Read Part 2
Many warehouse residents were elderly and/or near death. The chintzy bastard administrator, Mr. Gold couldn’t justify paying a trained therapist to work with a resident, only to watch that resident waste any newly learned physical strategies by dying. The warehouse bosses promoted easily manipulated CNA’s who excelled at making beds and emptying bedpans to revered positions as physical therapists, much like teacher’s pets are chosen to clap erasers. Stupendously lazy young residents didn’t care about the administration’s tacit ban on competent therapists; they rationalized that their own lack of ambition demonstrated a mature acceptance of their bodily deficits. Or maybe they realized physical independence meant an end to their mooching.
During the months following my stroke I entertained the notion of permanently using a walker—a world-class pebble in my shoe but slightly less so than a wheelchair. (Little did I know I was jerking off into a fan.) I couldn’t imagine the unqualified CNA/therapists at the warehouse doing anything other than getting in my way while I struggled to walk maybe ten feet, then complaining that they were laden with paperwork and my time was up anyway. I enrolled in an outpatient therapy program at the rehab hospital where I had been a patient prior to my stint in the warehouse.* Though the staff at the hospital had treated me like a retarded animal, the administration employed well-trained therapist who knew what they were doing and seemed to regularly use soap. I scheduled a recurring ride twice a week with the medivan company that served the warehouse.

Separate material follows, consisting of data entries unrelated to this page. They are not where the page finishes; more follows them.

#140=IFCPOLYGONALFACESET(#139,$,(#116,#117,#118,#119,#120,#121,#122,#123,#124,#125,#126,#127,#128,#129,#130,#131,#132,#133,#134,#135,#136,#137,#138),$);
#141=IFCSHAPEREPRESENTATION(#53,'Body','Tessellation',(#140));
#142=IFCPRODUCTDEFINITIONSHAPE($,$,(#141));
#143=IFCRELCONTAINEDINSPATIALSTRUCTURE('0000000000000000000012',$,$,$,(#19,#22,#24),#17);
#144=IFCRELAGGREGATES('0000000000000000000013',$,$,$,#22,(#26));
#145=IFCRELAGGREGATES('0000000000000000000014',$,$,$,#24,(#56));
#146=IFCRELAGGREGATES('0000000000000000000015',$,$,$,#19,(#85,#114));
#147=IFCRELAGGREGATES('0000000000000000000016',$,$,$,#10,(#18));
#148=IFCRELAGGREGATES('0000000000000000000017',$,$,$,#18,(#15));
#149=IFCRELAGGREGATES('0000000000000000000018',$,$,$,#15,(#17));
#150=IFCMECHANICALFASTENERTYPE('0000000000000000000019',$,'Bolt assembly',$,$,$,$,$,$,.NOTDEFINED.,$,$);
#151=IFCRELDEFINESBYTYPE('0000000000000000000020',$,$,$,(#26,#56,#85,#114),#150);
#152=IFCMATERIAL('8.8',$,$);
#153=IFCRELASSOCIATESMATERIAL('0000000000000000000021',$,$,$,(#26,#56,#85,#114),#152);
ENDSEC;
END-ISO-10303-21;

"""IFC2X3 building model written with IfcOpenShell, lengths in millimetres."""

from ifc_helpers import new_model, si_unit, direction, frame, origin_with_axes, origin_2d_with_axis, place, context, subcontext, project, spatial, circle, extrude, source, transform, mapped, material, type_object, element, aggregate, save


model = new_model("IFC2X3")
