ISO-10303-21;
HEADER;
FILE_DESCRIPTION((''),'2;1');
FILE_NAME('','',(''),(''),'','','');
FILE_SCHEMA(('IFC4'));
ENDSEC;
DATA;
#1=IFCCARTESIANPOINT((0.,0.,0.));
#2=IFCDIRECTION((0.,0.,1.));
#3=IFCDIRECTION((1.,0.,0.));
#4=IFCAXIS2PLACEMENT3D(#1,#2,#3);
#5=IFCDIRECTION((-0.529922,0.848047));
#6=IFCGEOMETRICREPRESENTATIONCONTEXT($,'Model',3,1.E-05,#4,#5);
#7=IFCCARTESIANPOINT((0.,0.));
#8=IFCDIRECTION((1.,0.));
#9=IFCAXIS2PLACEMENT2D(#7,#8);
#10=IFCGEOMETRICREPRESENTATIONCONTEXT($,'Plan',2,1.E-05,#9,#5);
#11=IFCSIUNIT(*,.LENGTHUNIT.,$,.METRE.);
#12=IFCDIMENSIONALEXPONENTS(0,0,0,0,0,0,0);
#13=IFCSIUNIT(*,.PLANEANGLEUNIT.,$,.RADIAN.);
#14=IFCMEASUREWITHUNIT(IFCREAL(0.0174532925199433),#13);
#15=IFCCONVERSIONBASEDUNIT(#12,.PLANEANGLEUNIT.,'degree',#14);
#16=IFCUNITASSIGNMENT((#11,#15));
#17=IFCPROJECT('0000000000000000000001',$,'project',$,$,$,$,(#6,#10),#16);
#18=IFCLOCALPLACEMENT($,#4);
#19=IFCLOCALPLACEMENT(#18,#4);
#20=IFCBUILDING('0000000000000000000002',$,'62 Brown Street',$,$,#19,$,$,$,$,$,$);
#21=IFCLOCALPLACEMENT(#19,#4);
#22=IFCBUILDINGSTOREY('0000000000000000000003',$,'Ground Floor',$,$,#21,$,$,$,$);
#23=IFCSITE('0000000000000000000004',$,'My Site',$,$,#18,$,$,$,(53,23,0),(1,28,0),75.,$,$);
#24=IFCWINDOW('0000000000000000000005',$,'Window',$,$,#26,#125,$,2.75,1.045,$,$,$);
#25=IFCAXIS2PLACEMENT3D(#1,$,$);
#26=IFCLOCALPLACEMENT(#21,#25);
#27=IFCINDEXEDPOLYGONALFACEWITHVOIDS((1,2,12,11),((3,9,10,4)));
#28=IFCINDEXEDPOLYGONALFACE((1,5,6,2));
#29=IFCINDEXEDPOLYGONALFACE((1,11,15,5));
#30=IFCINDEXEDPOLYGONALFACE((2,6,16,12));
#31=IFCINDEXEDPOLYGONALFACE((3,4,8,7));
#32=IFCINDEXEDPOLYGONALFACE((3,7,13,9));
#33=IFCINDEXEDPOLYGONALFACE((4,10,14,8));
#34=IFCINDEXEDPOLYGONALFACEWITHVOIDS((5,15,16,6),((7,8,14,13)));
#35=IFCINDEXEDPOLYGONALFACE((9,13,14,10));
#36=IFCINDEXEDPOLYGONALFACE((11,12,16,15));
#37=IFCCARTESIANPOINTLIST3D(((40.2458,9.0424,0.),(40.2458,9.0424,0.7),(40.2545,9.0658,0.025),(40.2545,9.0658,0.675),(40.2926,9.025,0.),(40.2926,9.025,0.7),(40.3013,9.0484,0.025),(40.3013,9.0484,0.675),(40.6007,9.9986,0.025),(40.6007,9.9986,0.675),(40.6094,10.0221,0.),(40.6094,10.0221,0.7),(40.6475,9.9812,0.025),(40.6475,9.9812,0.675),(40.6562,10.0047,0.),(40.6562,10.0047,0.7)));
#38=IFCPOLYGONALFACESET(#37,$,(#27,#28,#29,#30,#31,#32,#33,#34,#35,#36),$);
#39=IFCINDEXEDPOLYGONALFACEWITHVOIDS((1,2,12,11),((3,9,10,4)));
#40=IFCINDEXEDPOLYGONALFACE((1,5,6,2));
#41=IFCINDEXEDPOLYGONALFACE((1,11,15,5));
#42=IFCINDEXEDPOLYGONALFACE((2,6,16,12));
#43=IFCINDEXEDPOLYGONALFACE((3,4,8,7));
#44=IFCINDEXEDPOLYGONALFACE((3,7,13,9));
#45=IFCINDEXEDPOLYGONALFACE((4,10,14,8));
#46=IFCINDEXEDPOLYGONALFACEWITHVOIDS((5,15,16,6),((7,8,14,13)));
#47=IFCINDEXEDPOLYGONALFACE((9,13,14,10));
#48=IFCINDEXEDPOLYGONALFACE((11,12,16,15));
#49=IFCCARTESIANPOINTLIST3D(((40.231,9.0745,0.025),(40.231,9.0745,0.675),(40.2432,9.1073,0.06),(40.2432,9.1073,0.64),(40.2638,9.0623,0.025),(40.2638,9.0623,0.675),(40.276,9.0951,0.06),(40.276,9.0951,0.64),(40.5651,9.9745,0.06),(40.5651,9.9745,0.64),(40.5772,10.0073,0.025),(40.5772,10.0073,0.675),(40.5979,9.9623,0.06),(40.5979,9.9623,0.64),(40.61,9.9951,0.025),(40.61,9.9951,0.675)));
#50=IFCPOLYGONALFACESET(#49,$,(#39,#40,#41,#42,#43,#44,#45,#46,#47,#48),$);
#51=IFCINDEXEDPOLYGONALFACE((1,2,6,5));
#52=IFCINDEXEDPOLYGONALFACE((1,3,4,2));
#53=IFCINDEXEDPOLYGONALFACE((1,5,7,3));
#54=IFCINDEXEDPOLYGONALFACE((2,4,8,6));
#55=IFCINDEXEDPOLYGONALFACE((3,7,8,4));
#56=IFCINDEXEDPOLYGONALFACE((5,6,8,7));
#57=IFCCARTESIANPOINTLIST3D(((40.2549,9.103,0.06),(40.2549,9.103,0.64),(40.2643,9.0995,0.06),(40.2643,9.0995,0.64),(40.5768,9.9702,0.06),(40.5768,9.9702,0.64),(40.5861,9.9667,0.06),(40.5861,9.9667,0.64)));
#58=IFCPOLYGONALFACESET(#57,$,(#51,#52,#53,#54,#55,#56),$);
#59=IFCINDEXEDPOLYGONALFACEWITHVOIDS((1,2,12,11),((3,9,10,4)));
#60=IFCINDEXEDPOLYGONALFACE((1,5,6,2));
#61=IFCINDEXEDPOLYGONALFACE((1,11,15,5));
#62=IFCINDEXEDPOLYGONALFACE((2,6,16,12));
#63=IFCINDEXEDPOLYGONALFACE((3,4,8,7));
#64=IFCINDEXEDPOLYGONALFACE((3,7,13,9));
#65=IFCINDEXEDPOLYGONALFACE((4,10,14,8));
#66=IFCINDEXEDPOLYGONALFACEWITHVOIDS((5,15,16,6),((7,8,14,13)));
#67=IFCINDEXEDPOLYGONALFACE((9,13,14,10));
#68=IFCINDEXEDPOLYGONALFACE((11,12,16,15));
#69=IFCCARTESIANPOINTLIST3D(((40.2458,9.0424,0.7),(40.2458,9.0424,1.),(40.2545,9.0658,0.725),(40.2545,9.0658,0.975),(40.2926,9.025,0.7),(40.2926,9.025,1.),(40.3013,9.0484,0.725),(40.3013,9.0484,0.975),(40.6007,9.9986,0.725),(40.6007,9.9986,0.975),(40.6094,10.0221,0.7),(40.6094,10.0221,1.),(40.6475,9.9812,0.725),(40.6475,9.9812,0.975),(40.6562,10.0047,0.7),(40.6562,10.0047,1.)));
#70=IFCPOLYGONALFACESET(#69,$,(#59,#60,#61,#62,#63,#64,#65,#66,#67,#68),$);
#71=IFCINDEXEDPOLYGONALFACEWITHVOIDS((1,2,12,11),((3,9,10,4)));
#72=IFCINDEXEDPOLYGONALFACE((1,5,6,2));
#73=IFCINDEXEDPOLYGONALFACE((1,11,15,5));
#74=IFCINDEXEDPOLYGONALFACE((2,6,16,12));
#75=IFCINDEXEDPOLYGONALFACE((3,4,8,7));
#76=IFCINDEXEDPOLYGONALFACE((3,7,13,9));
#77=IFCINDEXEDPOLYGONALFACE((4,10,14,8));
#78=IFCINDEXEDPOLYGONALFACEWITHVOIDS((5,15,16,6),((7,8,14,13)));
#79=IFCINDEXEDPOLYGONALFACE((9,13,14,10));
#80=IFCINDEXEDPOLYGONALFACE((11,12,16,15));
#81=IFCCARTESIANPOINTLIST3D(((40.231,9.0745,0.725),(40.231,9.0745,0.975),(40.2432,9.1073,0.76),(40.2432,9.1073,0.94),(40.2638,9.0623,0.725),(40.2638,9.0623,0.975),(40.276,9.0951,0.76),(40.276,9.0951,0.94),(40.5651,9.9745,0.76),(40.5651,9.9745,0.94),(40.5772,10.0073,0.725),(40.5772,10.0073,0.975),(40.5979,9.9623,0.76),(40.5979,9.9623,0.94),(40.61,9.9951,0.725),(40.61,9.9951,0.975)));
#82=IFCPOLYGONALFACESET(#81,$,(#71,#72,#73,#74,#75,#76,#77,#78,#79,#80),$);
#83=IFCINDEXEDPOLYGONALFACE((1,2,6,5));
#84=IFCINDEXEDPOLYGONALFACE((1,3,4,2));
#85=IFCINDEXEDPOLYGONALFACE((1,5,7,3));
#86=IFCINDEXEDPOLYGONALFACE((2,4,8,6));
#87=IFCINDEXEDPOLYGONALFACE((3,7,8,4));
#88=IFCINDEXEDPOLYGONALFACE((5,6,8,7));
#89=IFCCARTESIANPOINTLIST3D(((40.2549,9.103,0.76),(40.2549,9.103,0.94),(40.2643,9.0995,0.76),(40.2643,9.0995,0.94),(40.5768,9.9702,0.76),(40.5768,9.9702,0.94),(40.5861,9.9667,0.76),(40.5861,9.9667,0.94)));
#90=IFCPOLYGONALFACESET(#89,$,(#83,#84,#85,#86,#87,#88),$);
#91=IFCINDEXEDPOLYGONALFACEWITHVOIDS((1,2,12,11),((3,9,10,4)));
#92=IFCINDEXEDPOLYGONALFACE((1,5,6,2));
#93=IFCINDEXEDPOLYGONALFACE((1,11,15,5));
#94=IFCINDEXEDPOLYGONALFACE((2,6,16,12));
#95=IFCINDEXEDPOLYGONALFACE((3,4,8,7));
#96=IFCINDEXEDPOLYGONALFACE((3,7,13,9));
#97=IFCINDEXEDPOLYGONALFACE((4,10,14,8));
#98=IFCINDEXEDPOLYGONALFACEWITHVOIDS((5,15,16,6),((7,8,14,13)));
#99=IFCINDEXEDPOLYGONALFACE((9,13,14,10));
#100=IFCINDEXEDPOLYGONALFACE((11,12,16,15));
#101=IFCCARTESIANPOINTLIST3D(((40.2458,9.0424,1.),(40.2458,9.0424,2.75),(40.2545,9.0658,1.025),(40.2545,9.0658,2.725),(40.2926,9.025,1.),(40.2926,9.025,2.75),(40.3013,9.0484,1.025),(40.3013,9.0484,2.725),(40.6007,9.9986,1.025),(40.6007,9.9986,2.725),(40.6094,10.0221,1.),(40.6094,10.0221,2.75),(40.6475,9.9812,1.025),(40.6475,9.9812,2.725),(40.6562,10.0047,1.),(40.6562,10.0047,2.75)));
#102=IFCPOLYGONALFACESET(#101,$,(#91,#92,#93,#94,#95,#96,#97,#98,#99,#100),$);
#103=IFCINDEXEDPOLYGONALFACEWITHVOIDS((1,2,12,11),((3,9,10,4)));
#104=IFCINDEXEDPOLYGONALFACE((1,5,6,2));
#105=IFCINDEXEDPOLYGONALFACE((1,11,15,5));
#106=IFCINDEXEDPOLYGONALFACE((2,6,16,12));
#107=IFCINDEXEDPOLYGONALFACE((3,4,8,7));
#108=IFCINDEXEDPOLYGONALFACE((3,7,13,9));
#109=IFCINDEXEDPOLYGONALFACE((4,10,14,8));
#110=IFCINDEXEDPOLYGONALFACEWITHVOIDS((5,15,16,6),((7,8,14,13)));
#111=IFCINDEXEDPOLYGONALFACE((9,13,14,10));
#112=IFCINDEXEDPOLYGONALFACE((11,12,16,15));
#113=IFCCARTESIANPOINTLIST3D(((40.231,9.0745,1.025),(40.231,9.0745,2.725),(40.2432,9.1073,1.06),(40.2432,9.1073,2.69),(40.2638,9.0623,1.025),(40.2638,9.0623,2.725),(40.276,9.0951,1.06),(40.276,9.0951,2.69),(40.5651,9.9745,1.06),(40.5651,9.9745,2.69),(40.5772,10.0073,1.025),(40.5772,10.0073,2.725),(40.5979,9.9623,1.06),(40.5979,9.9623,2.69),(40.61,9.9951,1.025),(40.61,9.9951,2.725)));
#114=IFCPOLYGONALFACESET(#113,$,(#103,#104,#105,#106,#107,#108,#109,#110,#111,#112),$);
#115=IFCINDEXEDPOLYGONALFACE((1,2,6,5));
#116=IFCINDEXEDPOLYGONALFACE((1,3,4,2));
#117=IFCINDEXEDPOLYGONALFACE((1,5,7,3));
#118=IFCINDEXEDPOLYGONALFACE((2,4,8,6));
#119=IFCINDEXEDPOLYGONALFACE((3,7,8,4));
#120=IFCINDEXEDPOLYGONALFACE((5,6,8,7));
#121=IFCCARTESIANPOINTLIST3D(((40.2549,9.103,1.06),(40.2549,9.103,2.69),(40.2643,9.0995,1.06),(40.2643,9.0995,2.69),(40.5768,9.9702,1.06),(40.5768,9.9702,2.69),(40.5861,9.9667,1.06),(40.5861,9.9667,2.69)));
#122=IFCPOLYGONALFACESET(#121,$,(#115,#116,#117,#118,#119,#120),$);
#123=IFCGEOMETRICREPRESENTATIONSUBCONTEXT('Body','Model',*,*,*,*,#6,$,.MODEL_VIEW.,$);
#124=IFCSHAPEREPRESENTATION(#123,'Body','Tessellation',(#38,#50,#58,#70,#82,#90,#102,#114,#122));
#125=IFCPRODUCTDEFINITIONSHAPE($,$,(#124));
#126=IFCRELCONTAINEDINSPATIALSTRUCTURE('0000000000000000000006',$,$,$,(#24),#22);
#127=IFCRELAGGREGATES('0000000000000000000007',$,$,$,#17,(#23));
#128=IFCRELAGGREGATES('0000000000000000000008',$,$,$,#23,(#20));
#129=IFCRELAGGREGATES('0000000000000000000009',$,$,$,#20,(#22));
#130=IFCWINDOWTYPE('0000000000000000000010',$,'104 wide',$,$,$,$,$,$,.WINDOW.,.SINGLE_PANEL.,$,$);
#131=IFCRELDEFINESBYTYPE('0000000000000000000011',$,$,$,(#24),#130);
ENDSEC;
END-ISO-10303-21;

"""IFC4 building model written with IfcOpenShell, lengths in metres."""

from ifc_helpers import new_model, entity, si_unit, converted_unit, direction, frame, origin_with_axes, origin_2d_with_axis, place, context, subcontext, project, spatial, line, indexed_curve, outline, extrude, shape, source, transform, mapped, type_object, type_shapes, element, save


model = new_model("IFC4")

# Units and contexts
model_context = context("Model", 3, precision=1e-05, world=origin_with_axes(), true_north=direction((-0.529922, 0.848047)))
plan_context = context("Plan", 2, precision=1e-05, world=origin_2d_with_axis(), true_north=direction((-0.529922, 0.848047)))
body_context_1 = subcontext(model_context, "Body", "Model", "MODEL_VIEW")
body_context_2 = subcontext(plan_context, "Body", "Plan", "PLAN_VIEW")
ifc_project = project(units=[si_unit("LENGTHUNIT", "METRE"), converted_unit("PLANEANGLEUNIT", "degree", entity("IfcReal", 0.0174532925199433), si_unit("PLANEANGLEUNIT", "RADIAN"), dimensions=[0, 0, 0, 0, 0, 0, 0])], contexts=[model_context, plan_context])

# Site, building, storey
site_placement = place(None, origin_with_axes())
site = spatial("IfcSite", under=ifc_project, at=site_placement, Name="My Site", RefLatitude=(53, 23, 0), RefLongitude=(1, 28, 0), RefElevation=75.0)
building_placement = place(site_placement, origin_with_axes())
building = spatial("IfcBuilding", under=site, at=building_placement, Name="62 Brown Street")
storey_placement = place(building_placement, origin_with_axes())
storey = spatial("IfcBuildingStorey", under=building, at=storey_placement, Name="Ground Floor")

# Window
window_type_1 = type_object("IfcWindowType", Name="104 wide", PartitioningType="SINGLE_PANEL", PredefinedType="WINDOW")
shared_shape_1 = source(origin_with_axes(), body_context_1, "Body", "SweptSolid", [
    extrude(outline(indexed_curve([(0.0, 0.0), (1.045, 0.0), (1.045, 0.7), (0.0, 0.7)], segments=[line(1, 2, 3, 4, 1)]), holes=[indexed_curve([(0.025, 0.025), (1.02, 0.025), (1.02, 0.675), (0.025, 0.675)], segments=[line(1, 2, 3, 4, 1)])]), frame((0.0, 0.15, 0.0), z_axis=(0.0, -1.0, 0.0), x_axis=(1.0, 0.0, 0.0)), (0.0, 0.0, -1.0), 0.05),
    extrude(outline(indexed_curve([(0.0, 0.0), (0.995, 0.0), (0.995, 0.65), (0.0, 0.65)], segments=[line(1, 2, 3, 4, 1)]), holes=[indexed_curve([(0.035, 0.035), (0.96, 0.035), (0.96, 0.615), (0.035, 0.615)], segments=[line(1, 2, 3, 4, 1)])]), frame((0.025, 0.19, 0.025), z_axis=(0.0, -1.0, 0.0), x_axis=(1.0, 0.0, 0.0)), (0.0, 0.0, -1.0), 0.035),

Medivan/paratransit companies emphatically drill this important rule into their driver’s thick heads: Always back wheelchairs up the van’s ramp. Once, after a therapy session my driver tried to save a piddly amount of time and energy by pushing my chair up the ramp. Of course it spilled onto the cement with me in it; like a Benny Hill skit where lightning strikes a child’s tricycle and the fully-grown rider clings to it as it topples sideways, while “Yakety Sax” squawks slapstick chaos on the soundtrack. Retribution from his employer concerned the driver more than my well-being. He immediately spoke with mock horror in a loud theatrical voice so passers-by could hear: “Wh-what you be doin’? I didn’t give you no permission to be wheelin’ yourself!” Well aware that he had fucked up big-time, he obviously wanted people within earshot to believe that my retarded overzealousness had undermined his studied professionalism and landed me on the pavement.

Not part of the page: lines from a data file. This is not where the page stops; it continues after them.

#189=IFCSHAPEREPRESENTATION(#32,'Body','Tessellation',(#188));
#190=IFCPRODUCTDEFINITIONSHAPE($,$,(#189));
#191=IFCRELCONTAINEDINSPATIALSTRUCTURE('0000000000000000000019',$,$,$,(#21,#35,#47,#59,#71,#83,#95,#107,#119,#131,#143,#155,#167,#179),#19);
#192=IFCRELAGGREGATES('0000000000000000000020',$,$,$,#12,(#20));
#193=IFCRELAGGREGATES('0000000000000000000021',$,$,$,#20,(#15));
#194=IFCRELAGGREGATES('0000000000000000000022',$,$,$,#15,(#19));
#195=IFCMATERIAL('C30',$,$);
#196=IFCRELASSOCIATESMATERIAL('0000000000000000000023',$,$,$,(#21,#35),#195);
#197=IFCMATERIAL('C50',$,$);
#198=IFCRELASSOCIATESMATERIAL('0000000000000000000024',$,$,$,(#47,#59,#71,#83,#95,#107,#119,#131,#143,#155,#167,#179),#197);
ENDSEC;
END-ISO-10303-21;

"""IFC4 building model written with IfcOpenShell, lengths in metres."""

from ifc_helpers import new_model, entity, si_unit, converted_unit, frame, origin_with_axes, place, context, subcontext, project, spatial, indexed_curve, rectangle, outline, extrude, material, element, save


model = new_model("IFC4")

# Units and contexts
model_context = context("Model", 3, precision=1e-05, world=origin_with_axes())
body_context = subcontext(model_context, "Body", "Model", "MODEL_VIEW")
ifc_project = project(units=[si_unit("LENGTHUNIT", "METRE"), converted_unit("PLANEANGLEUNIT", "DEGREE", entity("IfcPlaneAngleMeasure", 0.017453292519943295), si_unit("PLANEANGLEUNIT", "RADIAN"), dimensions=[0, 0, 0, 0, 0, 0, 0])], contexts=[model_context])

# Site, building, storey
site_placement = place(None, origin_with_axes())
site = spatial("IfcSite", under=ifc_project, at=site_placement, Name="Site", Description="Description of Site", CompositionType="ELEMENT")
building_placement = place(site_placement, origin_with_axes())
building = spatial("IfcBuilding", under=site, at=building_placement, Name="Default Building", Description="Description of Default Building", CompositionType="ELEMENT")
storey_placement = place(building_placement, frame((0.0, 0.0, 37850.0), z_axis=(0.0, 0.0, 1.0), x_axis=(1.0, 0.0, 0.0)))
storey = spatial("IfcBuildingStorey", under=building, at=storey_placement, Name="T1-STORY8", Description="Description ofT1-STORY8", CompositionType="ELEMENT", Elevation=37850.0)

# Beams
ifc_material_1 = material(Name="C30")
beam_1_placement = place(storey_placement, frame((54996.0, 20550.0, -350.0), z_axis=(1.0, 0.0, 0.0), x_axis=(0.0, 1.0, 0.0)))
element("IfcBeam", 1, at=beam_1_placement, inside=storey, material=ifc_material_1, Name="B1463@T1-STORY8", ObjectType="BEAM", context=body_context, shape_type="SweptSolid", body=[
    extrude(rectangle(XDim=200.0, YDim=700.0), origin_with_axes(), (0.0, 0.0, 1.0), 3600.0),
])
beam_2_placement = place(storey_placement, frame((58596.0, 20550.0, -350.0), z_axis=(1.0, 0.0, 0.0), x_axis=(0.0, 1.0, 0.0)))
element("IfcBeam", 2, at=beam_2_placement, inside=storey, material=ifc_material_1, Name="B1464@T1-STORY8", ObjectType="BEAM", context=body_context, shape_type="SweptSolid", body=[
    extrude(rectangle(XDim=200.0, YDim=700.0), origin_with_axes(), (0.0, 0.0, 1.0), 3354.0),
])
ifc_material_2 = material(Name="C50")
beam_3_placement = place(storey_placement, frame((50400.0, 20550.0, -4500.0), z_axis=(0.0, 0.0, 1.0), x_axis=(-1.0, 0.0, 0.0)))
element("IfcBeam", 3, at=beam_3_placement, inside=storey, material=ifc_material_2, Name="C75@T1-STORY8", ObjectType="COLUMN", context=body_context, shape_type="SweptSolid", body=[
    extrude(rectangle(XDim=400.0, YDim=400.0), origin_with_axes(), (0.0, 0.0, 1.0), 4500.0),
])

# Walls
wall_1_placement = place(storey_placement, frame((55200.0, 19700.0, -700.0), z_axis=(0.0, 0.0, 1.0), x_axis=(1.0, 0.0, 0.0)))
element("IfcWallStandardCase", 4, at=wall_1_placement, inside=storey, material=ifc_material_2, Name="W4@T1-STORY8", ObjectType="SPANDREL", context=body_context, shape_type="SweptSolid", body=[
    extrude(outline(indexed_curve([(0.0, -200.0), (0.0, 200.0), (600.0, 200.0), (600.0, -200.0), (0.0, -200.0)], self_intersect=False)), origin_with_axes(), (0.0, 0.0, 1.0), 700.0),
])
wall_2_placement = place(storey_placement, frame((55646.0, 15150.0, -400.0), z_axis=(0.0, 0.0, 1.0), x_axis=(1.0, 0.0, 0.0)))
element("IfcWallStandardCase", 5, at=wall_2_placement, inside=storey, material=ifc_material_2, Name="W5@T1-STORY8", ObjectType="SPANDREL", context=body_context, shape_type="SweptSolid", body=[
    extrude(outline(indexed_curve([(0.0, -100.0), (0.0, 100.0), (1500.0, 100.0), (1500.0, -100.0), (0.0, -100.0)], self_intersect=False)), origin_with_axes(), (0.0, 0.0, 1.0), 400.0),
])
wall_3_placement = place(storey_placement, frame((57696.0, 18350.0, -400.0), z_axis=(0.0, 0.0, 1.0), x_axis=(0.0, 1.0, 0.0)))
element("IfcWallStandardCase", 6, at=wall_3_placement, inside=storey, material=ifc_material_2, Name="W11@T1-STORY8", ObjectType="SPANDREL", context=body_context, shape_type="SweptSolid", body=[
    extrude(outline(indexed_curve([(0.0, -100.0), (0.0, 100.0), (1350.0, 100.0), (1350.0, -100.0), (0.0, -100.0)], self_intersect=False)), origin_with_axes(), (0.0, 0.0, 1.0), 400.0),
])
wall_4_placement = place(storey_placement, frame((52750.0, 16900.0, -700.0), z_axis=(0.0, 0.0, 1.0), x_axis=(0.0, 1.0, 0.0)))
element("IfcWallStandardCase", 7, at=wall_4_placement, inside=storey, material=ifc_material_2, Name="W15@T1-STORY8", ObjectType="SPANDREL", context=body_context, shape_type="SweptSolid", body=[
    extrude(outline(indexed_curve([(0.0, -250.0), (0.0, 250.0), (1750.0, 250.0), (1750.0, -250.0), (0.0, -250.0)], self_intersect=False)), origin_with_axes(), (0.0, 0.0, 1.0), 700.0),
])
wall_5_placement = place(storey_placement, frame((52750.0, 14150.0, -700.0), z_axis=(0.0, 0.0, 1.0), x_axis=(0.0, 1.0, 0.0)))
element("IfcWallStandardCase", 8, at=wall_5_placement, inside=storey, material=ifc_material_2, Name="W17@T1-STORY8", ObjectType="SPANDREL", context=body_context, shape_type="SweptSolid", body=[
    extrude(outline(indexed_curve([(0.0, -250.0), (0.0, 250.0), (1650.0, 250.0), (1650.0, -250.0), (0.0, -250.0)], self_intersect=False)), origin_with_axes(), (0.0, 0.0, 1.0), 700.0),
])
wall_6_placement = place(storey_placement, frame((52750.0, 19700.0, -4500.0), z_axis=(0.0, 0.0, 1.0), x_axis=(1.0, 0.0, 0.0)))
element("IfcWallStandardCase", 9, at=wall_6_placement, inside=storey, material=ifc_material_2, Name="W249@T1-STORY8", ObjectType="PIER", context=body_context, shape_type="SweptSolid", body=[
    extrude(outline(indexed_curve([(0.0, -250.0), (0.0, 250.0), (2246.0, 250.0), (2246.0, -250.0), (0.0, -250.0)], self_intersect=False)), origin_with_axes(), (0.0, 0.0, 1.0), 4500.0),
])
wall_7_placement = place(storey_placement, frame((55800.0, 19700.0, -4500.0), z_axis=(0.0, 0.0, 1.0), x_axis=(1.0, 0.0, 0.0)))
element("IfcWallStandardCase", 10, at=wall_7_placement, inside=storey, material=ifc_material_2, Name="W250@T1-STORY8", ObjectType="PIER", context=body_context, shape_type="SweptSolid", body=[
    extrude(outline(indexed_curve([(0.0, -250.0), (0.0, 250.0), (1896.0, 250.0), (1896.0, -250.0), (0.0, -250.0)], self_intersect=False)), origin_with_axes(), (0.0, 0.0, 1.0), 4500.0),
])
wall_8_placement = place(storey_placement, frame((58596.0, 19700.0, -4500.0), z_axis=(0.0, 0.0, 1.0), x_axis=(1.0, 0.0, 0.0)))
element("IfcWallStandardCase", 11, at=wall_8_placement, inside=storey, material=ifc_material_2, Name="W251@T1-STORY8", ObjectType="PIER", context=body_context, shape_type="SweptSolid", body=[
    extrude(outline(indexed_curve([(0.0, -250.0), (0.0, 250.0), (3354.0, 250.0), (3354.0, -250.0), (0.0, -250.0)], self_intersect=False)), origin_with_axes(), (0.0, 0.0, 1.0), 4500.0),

Medivan companies enforced a policy that required drivers to radio the dispatcher to report such incidents promptly after they occurred. The driver was also obligated to ask the passenger if they wanted to visit an emergency room, regardless of how clearly unnecessary that question may be. When the driver radioed the dispatcher, he emphasized that he meant to follow procedure e.g. back the chair into the van but explained that the patient (me) “took it upon himself” to attempt wheeling up the ramp. The driver conjectured that I’d “learned [my] lesson” when I fell.
The van parked next to the warehouse, the driver lumbered into the back of the vehicle and bent over to unstrap my chair. He seemed to be experiencing problems with the straps; he remained bent over with his ass jutting in the air while cursing under his breath. Without warning he ripped an exceptionally odorous fart. He didn’t to excuse himself, just kept fumbling with the straps. I called him on his incivility and remarked that the foul reek disgusted me. He looked up and matter-of-factly replied, “Well, you don’t be expectin’ me to, y’know, break wind in front of them normal peoples in [the warehouse] do you?”
Five minutes later he barged into my room without knocking. He whined that he had lost his personal set of keys and commanded me to check my pockets for them. I didn’t budge and suggested that his crack-addled mother shouldered the blame for his slow wit. For a few seconds he appeared confused, then his eyes bulged and he sneered while he promised: “I’m tellin’, I swear I am—then you be all sorry.” He stomped out of the room and slammed the door; I never heard from him directly or indirectly again.
* I had long before realized that nobody at the warehouse would, despite their claims, help me achieve even a modicum of independence. But they were eager to teach “skills” that would mold me into a lifelong obedient resident; my presence at the warehouse contributed to the sum of a check the government sent to them every month.